Global extrema refer to the maximum and minimum values of a function over a given interval. These are the highest and lowest points you can detect on this graph between the set boundaries. For the function \( f(x) = (x-1)^2(x+1) \) within the interval \([-2, 2]\), we need to find where it reaches its global maximum and minimum.When you're working with global extrema, you often need to

• Evaluate the function at the endpoints: Sometimes, the highest or lowest value appears at the end of the interval.
• Assess critical points: These are the points where the slope of the function is zero (derivative equals zero).

For this function, by checking endpoints and critical points (which are the values where the derivative is zero), we can determine the global maximum at \(x = -2\), where the function value is 27, and the global minimum at \(x = -\frac{1}{3}\), where the function value is approximately -\(\frac{32}{27}\).

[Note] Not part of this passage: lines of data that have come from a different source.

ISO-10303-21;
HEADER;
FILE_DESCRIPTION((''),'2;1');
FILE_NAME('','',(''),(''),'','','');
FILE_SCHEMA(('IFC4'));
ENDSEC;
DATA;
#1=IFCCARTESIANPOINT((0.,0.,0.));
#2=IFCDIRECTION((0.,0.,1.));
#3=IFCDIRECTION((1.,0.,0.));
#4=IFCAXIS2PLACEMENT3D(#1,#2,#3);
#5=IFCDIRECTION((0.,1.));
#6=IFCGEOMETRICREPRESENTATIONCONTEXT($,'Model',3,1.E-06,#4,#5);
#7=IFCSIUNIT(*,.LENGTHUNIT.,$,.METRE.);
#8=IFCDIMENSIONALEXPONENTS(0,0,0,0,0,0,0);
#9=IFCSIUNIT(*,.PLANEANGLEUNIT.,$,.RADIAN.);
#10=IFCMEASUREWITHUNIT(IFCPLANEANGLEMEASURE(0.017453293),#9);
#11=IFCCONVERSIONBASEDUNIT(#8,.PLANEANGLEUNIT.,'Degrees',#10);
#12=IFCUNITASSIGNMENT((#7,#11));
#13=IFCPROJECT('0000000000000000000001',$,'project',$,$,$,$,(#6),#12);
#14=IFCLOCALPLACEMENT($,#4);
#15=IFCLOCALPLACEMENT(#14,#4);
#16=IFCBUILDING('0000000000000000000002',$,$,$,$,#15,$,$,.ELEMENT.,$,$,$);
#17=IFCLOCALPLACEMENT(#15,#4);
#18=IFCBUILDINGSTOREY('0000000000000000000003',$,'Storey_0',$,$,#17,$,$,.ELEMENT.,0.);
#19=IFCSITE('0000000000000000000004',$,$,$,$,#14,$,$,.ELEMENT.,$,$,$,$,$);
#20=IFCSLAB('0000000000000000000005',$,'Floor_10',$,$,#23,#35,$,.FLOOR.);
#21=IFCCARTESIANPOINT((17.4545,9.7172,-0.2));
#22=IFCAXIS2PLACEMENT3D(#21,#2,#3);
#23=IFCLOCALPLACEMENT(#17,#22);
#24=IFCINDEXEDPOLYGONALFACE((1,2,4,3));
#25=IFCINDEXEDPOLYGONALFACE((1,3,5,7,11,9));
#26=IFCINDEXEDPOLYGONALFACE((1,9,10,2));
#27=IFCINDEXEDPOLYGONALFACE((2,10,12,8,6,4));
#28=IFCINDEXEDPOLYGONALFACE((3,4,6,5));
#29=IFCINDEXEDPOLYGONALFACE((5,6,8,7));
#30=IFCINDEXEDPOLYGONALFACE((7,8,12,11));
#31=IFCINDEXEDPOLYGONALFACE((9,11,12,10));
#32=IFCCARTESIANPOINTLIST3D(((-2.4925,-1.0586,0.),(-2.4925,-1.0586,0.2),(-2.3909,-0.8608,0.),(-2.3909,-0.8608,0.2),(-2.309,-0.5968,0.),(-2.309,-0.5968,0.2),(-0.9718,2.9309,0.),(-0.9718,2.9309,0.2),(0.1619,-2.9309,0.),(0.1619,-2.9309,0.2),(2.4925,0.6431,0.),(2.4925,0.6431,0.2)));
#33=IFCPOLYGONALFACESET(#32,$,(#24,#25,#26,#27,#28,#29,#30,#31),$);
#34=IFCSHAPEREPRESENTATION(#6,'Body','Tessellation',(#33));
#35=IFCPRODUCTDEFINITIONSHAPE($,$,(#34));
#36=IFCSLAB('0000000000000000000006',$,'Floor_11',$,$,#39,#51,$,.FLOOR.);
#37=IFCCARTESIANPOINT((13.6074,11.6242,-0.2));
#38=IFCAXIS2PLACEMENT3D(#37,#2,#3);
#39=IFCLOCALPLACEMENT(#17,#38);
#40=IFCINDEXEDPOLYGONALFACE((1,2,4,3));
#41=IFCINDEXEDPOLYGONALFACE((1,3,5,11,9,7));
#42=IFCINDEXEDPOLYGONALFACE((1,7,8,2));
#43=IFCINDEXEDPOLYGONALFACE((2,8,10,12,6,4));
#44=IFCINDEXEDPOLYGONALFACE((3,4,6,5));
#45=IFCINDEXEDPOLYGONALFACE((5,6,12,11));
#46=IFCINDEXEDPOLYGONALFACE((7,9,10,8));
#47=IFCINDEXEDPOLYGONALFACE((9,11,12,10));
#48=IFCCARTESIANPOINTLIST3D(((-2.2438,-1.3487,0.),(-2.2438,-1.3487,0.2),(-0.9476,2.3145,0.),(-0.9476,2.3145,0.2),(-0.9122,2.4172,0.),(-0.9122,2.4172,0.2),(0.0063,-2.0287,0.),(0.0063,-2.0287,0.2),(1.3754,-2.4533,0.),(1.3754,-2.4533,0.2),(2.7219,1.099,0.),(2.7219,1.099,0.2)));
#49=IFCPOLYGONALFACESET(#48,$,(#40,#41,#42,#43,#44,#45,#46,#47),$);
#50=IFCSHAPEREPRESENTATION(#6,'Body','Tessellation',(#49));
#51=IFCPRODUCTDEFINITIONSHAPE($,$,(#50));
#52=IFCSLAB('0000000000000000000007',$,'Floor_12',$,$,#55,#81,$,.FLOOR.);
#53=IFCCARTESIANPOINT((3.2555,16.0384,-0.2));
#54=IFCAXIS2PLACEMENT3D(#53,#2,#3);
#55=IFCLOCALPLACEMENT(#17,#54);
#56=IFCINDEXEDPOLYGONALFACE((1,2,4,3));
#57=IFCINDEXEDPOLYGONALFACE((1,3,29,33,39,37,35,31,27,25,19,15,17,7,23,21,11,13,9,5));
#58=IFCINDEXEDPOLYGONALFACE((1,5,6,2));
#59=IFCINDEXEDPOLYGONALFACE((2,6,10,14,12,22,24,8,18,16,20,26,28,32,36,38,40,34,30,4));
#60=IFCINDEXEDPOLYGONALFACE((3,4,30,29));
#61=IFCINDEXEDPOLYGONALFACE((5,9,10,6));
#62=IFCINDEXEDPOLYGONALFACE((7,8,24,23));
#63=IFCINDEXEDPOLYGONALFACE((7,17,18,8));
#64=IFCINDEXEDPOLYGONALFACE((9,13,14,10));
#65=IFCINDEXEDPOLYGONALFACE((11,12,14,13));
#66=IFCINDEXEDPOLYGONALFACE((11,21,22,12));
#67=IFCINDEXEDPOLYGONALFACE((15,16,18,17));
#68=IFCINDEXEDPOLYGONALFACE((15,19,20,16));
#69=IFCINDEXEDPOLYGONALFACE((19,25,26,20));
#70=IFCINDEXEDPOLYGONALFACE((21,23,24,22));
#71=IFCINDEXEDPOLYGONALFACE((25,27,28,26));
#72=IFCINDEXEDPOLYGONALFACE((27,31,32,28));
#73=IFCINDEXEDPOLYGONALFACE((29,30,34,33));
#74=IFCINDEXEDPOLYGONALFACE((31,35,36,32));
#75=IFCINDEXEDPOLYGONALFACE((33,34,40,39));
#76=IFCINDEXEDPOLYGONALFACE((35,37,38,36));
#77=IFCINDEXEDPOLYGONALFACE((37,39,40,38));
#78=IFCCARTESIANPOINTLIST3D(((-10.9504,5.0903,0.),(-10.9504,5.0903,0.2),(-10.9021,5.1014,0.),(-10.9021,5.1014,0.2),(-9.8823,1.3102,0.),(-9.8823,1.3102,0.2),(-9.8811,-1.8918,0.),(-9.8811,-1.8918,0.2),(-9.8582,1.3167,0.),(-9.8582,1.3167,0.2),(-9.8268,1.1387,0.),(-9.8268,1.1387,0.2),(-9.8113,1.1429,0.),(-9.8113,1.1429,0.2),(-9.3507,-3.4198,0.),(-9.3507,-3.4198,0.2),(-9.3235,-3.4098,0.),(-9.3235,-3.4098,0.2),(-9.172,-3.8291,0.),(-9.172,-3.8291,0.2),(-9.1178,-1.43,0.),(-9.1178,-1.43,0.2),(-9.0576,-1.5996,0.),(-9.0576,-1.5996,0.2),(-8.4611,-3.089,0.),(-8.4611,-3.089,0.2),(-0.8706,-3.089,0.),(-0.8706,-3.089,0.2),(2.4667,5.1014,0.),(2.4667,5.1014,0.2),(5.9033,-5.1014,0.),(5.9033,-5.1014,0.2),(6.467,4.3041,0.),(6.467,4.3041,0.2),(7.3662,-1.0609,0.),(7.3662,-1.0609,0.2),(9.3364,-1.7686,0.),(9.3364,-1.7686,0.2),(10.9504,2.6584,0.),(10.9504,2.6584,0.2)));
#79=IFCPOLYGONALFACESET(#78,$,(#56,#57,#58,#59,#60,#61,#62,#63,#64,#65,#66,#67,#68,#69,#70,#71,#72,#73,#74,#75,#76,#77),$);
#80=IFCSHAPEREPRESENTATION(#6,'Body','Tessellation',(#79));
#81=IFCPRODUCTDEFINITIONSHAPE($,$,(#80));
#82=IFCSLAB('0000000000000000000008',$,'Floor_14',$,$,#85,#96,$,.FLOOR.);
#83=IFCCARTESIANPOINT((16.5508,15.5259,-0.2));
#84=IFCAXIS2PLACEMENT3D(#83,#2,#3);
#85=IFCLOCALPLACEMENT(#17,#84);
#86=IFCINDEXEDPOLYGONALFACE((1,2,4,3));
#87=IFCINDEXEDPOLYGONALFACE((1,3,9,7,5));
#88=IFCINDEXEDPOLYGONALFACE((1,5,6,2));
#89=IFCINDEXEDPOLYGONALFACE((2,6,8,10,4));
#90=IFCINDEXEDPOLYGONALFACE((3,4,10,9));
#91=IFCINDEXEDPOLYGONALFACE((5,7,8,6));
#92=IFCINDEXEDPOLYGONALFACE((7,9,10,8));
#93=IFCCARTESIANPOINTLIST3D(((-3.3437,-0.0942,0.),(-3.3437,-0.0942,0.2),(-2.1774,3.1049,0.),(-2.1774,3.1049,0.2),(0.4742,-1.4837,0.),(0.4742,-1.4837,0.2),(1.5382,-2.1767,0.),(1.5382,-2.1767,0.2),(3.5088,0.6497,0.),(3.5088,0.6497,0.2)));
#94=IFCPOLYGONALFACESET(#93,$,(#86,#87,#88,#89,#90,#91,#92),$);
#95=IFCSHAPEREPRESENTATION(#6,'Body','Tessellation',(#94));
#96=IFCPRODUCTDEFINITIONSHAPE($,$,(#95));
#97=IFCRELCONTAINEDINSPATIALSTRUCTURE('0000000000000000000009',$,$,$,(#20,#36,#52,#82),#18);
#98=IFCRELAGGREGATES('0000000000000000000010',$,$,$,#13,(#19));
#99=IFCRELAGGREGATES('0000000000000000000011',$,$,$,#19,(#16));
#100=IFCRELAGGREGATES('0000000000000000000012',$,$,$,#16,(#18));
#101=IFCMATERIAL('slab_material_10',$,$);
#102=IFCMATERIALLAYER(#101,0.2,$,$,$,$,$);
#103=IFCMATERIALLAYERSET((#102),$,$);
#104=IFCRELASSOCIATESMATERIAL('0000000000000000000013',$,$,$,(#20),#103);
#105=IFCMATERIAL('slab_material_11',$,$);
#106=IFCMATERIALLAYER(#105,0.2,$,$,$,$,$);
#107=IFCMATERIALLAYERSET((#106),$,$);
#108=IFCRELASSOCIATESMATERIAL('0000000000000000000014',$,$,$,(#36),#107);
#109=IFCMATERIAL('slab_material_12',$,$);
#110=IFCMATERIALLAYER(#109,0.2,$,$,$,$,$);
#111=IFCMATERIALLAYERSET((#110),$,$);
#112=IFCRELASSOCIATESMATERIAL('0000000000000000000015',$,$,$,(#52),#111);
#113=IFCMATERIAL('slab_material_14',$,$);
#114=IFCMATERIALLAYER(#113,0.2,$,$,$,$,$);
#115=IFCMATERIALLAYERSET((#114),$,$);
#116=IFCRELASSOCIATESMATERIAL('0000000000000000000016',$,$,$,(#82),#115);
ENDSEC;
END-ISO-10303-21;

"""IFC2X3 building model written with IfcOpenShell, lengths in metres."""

from ifc_helpers import new_model, entity, si_unit, converted_unit, direction, frame, origin_with_axes, place, context, project, spatial, polyline, outline, extrude, material, layer, layer_set, layer_usage, element, save


model = new_model("IFC2X3")

# Units and contexts
model_context = context("Model", 3, precision=1e-06, world=origin_with_axes(), true_north=direction((0.0, 1.0)))
ifc_project = project(units=[si_unit("LENGTHUNIT", "METRE"), converted_unit("PLANEANGLEUNIT", "Degrees", entity("IfcPlaneAngleMeasure", 0.017453293), si_unit("PLANEANGLEUNIT", "RADIAN"), dimensions=[0, 0, 0, 0, 0, 0, 0])], contexts=[model_context])

# Site, building, storey
site_placement = place(None, origin_with_axes())
site = spatial("IfcSite", under=ifc_project, at=site_placement, CompositionType="ELEMENT")
building_placement = place(site_placement, origin_with_axes())
building = spatial("IfcBuilding", under=site, at=building_placement, CompositionType="ELEMENT")
storey_placement = place(building_placement, origin_with_axes())
storey = spatial("IfcBuildingStorey", under=building, at=storey_placement, Name="Storey_0", CompositionType="ELEMENT", Elevation=0.0)

# Slabs
ifc_material_1 = material(Name="slab_material_10")
ifc_layer_1 = layer(ifc_material_1, 0.2)
ifc_layer_set_1 = layer_set([ifc_layer_1])
ifc_layer_usage_1 = layer_usage(ifc_layer_set_1, "AXIS3", "POSITIVE", 0.0)
slab_1_placement = place(storey_placement, frame((17.4545, 9.7172, -0.2), z_axis=(0.0, 0.0, 1.0), x_axis=(1.0, 0.0, 0.0)))
element("IfcSlab", 1, at=slab_1_placement, inside=storey, material=ifc_layer_usage_1, Name="Floor_10", PredefinedType="FLOOR", context=model_context, shape_type="SweptSolid", body=[
    extrude(outline(polyline([(2.4925, 0.6431), (0.1619, -2.9309), (-2.4925, -1.0586), (-2.3909, -0.8608), (-2.309, -0.5968), (-0.9718, 2.9309), (2.4925, 0.6431)])), origin_with_axes(), (0.0, 0.0, 1.0), 0.2),
])
ifc_material_2 = material(Name="slab_material_11")
ifc_layer_2 = layer(ifc_material_2, 0.2)
ifc_layer_set_2 = layer_set([ifc_layer_2])
ifc_layer_usage_2 = layer_usage(ifc_layer_set_2, "AXIS3", "POSITIVE", 0.0)
slab_2_placement = place(storey_placement, frame((13.6074, 11.6242, -0.2), z_axis=(0.0, 0.0, 1.0), x_axis=(1.0, 0.0, 0.0)))
element("IfcSlab", 2, at=slab_2_placement, inside=storey, material=ifc_layer_usage_2, Name="Floor_11", PredefinedType="FLOOR", context=model_context, shape_type="SweptSolid", body=[
    extrude(outline(polyline([(-0.9122, 2.4172), (-0.9476, 2.3145), (-2.2438, -1.3487), (0.0063, -2.0287), (1.3754, -2.4533), (2.7219, 1.099), (-0.9122, 2.4172)])), origin_with_axes(), (0.0, 0.0, 1.0), 0.2),
])
ifc_material_3 = material(Name="slab_material_12")
ifc_layer_3 = layer(ifc_material_3, 0.2)
ifc_layer_set_3 = layer_set([ifc_layer_3])
ifc_layer_usage_3 = layer_usage(ifc_layer_set_3, "AXIS3", "POSITIVE", 0.0)
slab_3_placement = place(storey_placement, frame((3.2555, 16.0384, -0.2), z_axis=(0.0, 0.0, 1.0), x_axis=(1.0, 0.0, 0.0)))
element("IfcSlab", 3, at=slab_3_placement, inside=storey, material=ifc_layer_usage_3, Name="Floor_12", PredefinedType="FLOOR", context=model_context, shape_type="SweptSolid", body=[
    extrude(outline(polyline([(-8.4611, -3.089), (-9.172, -3.8291), (-9.3507, -3.4198), (-9.3235, -3.4098), (-9.8811, -1.8918), (-9.0576, -1.5996), (-9.1178, -1.43), (-9.8268, 1.1387), (-9.8113, 1.1429), (-9.8582, 1.3167), (-9.8823, 1.3102), (-10.9504, 5.0903), (-10.9021, 5.1014), (2.4667, 5.1014), (6.467, 4.3041), (10.9504, 2.6584), (9.3364, -1.7686), (7.3662, -1.0609), (5.9033, -5.1014), (-0.8706, -3.089), (-8.4611, -3.089)])), origin_with_axes(), (0.0, 0.0, 1.0), 0.2),
])
ifc_material_4 = material(Name="slab_material_14")
ifc_layer_4 = layer(ifc_material_4, 0.2)
ifc_layer_set_4 = layer_set([ifc_layer_4])
ifc_layer_usage_4 = layer_usage(ifc_layer_set_4, "AXIS3", "POSITIVE", 0.0)
slab_4_placement = place(storey_placement, frame((16.5508, 15.5259, -0.2), z_axis=(0.0, 0.0, 1.0), x_axis=(1.0, 0.0, 0.0)))
element("IfcSlab", 4, at=slab_4_placement, inside=storey, material=ifc_layer_usage_4, Name="Floor_14", PredefinedType="FLOOR", context=model_context, shape_type="SweptSolid", body=[
    extrude(outline(polyline([(-2.1774, 3.1049), (-3.3437, -0.0942), (0.4742, -1.4837), (1.5382, -2.1767), (3.5088, 0.6497), (-2.1774, 3.1049)])), origin_with_axes(), (0.0, 0.0, 1.0), 0.2),
])

save(model, "model.ifc")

This means that within this closed interval, these are the highest and lowest outputs of the function.

Critical points are essential in finding extrema because they often signal where the function changes direction—from increasing to decreasing or vice versa. For the function \( f(x) = (x-1)^2(x+1) \), finding critical points involves determining where the derivative \( f'(x) \) is equal to zero.Critical points can be found by:

• Taking the derivative of the function: Use differentiation rules to find \( f'(x) \).
• Setting the derivative to zero: Solve \( f'(x) = 0 \) to find possible critical points.

For \( f(x) \), applying the product rule gives us the derivative \( f'(x) = 3x^2 - 2x - 1 \). Solving \( 3x^2 - 2x - 1 = 0 \) provides critical points at \( x = 1 \) and \( x = -\frac{1}{3}\). These critical points, along with the endpoints of the interval, are checked for potential global minima and maxima.

The product rule is a fundamental technique used in calculus for differentiating products of two functions. For functions like \( f(x) = (x-1)^2(x+1) \), which can be viewed as a product of \( g(x) = (x-1)^2 \) and \( h(x) = (x+1) \), the product rule helps find the derivative efficiently.The product rule states: \[(f \cdot g)' = f' \cdot g + f \cdot g' \]This means you take the derivative of the first function and multiply it by the second function, then add the product of the first function and the derivative of the second function.Applying this to \( f(x) = (x-1)^2(x+1) \):

• Derivative of \( g(x) = (x-1)^2 \) is \( 2(x-1) \).
• Derivative of \( h(x) = (x+1) \) is \( 1 \).

The product rule gives us \( f'(x) = (2(x-1))(x+1) + ((x-1)^2)(1) \), which simplifies to \( 3x^2 - 2x - 1 \). This derivative is crucial for identifying the critical points where the original function might have peaks or valleys, aiding in finding the global extrema.